Have you wondered why Ebola patients are being sent to Omaha, Neb.? "It is because one physician, Dr. Philip Smith, had the foresight to set up the Nebraska Biocontainment Patient Care Unit after the 9/11 attacks as a bulwark against bioterrorism," says Jane M. Orient, executive director of the Association of American Physicians and Surgeons and president of Doctors for Disaster Preparedness, Tucson, Ariz. "Empty for more than a decade, used only for drills, it was called 'Maurer's Folly,' for Harold Maurer, former chancellor of the University of Nebraska Medical Center."

The unit has a special air handling system to keep germs from escaping from patient rooms, and a steam sterilizer for scrubs and equipment, explains Orient. It could handle, at most, 10 patients at a time, but one or two would be more comfortable, owing to the large volume of infectious waste. It is the largest of only four such units in the U.S., and the only one designated for the general public. Some say this is overkill--that our medical workers can be kept safe with much less stringent precautions. Ebola is "hard to get." It is being compared to AIDS, which has not proved to be a significant threat to medical workers, not even surgeons.

"The Ebola outbreak is presenting some of the same challenges we saw with HIV," writes Cheryl Clark for HealthLeaders Media, such as "tear of contagion. In many ways, the AIDS epidemic in the early 1980s was the best thing to happen to health care. For one thing, it brought 'universal precautions."'

Orient further points out that Tom Frieden, director of the Centers for Disease Control and Prevention, Atlanta, Ga., also likens Ebola to AIDS. "In the 30 years I've been working in public health, the only thing like this has been AIDS, and we have to work now so that this is not the world's next AIDS," he said at the World Bank and international Monetary Fund's annual meeting in Washington, D.C.

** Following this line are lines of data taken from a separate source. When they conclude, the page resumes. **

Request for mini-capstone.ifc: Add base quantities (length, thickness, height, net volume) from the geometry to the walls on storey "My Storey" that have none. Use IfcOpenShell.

First a look at what the model holds.

```python
import ifcopenshell
import ifcopenshell.util.element
import ifcopenshell.util.unit

model = ifcopenshell.open("mini-capstone.ifc")
print(model.schema)
for unit_type in ("LENGTHUNIT", "AREAUNIT", "VOLUMEUNIT"):
    print(unit_type, ifcopenshell.util.unit.calculate_unit_scale(model, unit_type))
storey = next(s for s in model.by_type("IfcBuildingStorey") if s.Name == "My Storey")
walls = [e for e in ifcopenshell.util.element.get_decomposition(storey) if e.is_a("IfcWall")]
for e in sorted(walls, key=lambda e: e.id()):
    print(e.id(), e.is_a(), e.Name, list(ifcopenshell.util.element.get_psets(e, qtos_only=True)), sep=" | ")
```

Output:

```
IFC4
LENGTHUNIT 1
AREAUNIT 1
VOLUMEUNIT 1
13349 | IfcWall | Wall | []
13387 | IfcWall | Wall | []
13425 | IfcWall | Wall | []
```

```python
import ifcopenshell
import ifcopenshell.api.pset
import ifcopenshell.geom
import ifcopenshell.util.element
import ifcopenshell.util.shape
import ifcopenshell.util.unit

model = ifcopenshell.open("mini-capstone.ifc")
unit_scale = ifcopenshell.util.unit.calculate_unit_scale(model)
volume_scale = ifcopenshell.util.unit.calculate_unit_scale(model, "VOLUMEUNIT")
settings = ifcopenshell.geom.settings()

storey = next(s for s in model.by_type("IfcBuildingStorey") if s.Name == "My Storey")
walls = [e for e in ifcopenshell.util.element.get_decomposition(storey) if e.is_a("IfcWall")]

for e in sorted(walls, key=lambda e: e.id()):
    if ifcopenshell.util.element.get_psets(e, qtos_only=True, should_inherit=False):
        continue
    # Geometry comes back in metres, in the element's own axes.
    shape = ifcopenshell.geom.create_shape(settings, e)
    values = {
        "Length": ifcopenshell.util.shape.get_x(shape.geometry) / unit_scale,
        "Width": ifcopenshell.util.shape.get_y(shape.geometry) / unit_scale,
        "Height": ifcopenshell.util.shape.get_z(shape.geometry) / unit_scale,
        "NetVolume": ifcopenshell.util.shape.get_volume(shape.geometry) / volume_scale,
    }
    qto = ifcopenshell.api.pset.add_qto(model, product=e, name="Qto_WallBaseQuantities")
    ifcopenshell.api.pset.edit_qto(model, qto=qto, properties=values)
    print(e.id(), {k: round(v, 3) for k, v in values.items()})

model.write("mini-capstone_v2.ifc")
```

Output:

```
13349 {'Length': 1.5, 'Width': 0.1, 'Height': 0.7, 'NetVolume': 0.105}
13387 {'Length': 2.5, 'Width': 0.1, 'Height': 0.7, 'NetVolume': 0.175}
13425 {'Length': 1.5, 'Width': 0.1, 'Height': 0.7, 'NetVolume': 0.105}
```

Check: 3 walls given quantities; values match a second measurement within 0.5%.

Ebola, however, has far greater disaster potential than AIDS, maintains Orient, pointing out six major differences between the two:

* Universal precautions are mostly adequate for AIDS, which really does seem to be "hard to get." However, despite protective gear, hundreds of nurses and doctors have become infected with Ebola and died.

* AIDS, at least in the U.S., can be almost completely avoided by refraining from certain behaviors: needle sharing and intimate contact with men who have sex...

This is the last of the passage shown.